(Problem to work on): Each line of the data holding "SweptSolid" should be found and copied.

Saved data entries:
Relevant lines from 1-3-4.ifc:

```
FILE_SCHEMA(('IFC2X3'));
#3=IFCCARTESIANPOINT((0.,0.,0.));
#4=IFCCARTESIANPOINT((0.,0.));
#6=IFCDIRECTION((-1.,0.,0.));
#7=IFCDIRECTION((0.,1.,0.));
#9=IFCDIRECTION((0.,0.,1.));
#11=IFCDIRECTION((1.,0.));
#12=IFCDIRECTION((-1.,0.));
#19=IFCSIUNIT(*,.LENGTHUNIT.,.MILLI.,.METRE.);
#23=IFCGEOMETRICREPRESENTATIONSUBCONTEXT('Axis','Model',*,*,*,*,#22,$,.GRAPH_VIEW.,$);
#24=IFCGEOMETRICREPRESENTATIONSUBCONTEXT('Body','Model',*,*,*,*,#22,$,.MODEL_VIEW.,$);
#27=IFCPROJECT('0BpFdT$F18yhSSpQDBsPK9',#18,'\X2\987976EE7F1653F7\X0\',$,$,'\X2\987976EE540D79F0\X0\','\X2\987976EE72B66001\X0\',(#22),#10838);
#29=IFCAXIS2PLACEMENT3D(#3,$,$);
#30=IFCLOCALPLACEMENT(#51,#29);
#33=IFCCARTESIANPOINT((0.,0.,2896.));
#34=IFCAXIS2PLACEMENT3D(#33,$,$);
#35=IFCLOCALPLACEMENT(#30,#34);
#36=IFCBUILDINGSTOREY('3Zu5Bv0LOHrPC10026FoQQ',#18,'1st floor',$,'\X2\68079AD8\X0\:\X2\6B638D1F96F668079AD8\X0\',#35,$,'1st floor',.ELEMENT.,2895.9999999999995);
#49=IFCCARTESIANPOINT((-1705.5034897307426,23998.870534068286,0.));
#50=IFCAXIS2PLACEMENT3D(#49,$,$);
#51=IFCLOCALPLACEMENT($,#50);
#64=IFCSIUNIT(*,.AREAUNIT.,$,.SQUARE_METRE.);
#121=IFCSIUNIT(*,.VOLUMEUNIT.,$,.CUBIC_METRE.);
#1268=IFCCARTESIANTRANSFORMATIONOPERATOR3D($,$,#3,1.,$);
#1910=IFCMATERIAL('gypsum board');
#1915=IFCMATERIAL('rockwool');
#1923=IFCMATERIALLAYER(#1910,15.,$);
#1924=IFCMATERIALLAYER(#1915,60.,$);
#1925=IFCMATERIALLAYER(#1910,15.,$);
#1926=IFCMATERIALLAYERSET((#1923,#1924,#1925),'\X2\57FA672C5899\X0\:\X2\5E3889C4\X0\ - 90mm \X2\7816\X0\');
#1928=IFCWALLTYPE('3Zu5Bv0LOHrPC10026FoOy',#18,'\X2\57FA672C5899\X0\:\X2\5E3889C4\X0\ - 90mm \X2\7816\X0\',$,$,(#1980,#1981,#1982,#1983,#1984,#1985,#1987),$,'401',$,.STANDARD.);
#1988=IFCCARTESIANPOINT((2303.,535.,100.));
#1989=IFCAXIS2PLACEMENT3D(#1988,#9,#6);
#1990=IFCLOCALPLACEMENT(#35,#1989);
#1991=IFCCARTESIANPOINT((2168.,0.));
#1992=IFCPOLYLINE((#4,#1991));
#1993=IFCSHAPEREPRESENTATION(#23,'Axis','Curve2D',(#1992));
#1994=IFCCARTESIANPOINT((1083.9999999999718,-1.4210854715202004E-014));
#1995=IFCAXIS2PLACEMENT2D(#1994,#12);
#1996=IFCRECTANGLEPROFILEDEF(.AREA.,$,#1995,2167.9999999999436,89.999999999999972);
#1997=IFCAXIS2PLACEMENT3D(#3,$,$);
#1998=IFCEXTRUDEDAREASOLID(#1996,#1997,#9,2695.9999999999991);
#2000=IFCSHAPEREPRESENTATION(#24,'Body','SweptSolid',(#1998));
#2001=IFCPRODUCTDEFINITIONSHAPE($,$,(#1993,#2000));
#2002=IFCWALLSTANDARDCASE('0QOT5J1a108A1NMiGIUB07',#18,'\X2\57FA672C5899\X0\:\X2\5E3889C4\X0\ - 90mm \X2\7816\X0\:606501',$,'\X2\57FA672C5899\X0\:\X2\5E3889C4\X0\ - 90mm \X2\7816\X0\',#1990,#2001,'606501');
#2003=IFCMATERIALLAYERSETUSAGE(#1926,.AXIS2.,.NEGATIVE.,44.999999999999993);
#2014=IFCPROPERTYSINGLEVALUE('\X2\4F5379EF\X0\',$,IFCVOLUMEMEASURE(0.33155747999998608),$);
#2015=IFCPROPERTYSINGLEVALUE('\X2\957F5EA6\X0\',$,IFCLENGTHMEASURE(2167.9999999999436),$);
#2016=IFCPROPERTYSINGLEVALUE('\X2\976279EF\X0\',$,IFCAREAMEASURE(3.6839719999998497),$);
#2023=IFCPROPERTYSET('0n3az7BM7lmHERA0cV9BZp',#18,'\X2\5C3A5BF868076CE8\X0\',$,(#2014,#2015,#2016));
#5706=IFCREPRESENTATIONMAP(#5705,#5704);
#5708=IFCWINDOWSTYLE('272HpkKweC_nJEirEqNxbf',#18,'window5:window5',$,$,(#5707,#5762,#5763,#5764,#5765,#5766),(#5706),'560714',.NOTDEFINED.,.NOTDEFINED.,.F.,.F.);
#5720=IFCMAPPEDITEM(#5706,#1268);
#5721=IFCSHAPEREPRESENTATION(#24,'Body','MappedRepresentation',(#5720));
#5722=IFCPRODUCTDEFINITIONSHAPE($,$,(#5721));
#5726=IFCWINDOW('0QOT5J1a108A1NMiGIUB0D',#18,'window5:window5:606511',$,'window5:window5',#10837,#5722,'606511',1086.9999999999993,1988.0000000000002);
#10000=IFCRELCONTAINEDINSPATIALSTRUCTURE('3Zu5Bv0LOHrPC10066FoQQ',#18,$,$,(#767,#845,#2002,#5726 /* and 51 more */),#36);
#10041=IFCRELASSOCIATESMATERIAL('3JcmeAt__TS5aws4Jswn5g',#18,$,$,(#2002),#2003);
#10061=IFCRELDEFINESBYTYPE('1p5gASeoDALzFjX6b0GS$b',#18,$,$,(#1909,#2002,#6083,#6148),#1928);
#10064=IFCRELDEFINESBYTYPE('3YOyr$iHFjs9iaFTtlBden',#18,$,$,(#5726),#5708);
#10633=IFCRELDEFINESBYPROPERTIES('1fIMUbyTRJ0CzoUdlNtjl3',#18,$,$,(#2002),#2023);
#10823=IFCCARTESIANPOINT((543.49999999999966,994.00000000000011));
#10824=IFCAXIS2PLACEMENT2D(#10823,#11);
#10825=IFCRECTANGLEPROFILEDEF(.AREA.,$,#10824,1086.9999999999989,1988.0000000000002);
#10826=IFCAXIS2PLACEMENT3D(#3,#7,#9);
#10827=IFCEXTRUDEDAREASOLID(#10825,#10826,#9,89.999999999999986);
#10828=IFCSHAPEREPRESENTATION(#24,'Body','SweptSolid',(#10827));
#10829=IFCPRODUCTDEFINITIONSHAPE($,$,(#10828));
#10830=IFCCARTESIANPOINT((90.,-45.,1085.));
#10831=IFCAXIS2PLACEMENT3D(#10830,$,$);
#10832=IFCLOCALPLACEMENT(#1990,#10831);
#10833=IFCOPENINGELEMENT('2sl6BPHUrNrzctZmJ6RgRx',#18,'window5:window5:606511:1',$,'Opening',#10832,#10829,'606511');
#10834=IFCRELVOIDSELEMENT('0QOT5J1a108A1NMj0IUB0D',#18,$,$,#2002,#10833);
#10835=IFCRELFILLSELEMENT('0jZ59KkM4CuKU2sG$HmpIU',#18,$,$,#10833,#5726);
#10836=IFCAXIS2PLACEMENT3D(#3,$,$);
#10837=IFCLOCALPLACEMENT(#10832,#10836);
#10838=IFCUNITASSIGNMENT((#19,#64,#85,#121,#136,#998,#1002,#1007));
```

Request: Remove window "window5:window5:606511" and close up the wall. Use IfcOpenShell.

```python
import ifcopenshell
import ifcopenshell.api.feature
import ifcopenshell.api.pset
import ifcopenshell.api.root
import ifcopenshell.geom
import ifcopenshell.util.element
import ifcopenshell.util.shape
import ifcopenshell.util.unit

model = ifcopenshell.open("1-3-4.ifc")
area_scale = ifcopenshell.util.unit.calculate_unit_scale(model, "AREAUNIT")
volume_scale = ifcopenshell.util.unit.calculate_unit_scale(model, "VOLUMEUNIT")
settings = ifcopenshell.geom.settings()


def volume(element):
    """Net volume in cubic metres, openings subtracted."""
    shape = ifcopenshell.geom.create_shape(settings, element)
    return ifcopenshell.util.shape.get_volume(shape.geometry)


window = model.by_guid("0QOT5J1a108A1NMiGIUB0D")
opening = window.FillsVoids[0].RelatingOpeningElement
wall = opening.VoidsElements[0].RelatingBuildingElement
before = volume(wall)

ifcopenshell.api.root.remove_product(model, product=window)
ifcopenshell.api.feature.remove_feature(model, feature=opening)

after = volume(wall)
thickness = 0.09  # wall thickness in metres

# Update the wall's stored quantities.
pset = model.by_id(ifcopenshell.util.element.get_pset(wall, "尺寸标注", should_inherit=False)["id"])
ifcopenshell.api.pset.edit_pset(model, pset=pset, properties={
    "体积": model.create_entity("IfcVolumeMeasure", after / volume_scale),
    "面积": model.create_entity("IfcAreaMeasure", after / thickness / area_scale),
})

print(f"wall volume {before:.3f} -> {after:.3f} m3")

model.write("1-3-4_edited.ifc")
```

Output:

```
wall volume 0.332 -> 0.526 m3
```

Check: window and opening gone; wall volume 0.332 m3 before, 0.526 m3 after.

(Answer to this exercise):
#2000=IFCSHAPEREPRESENTATION(#24,'Body','SweptSolid',(#1998));
#10828=IFCSHAPEREPRESENTATION(#24,'Body','SweptSolid',(#10827));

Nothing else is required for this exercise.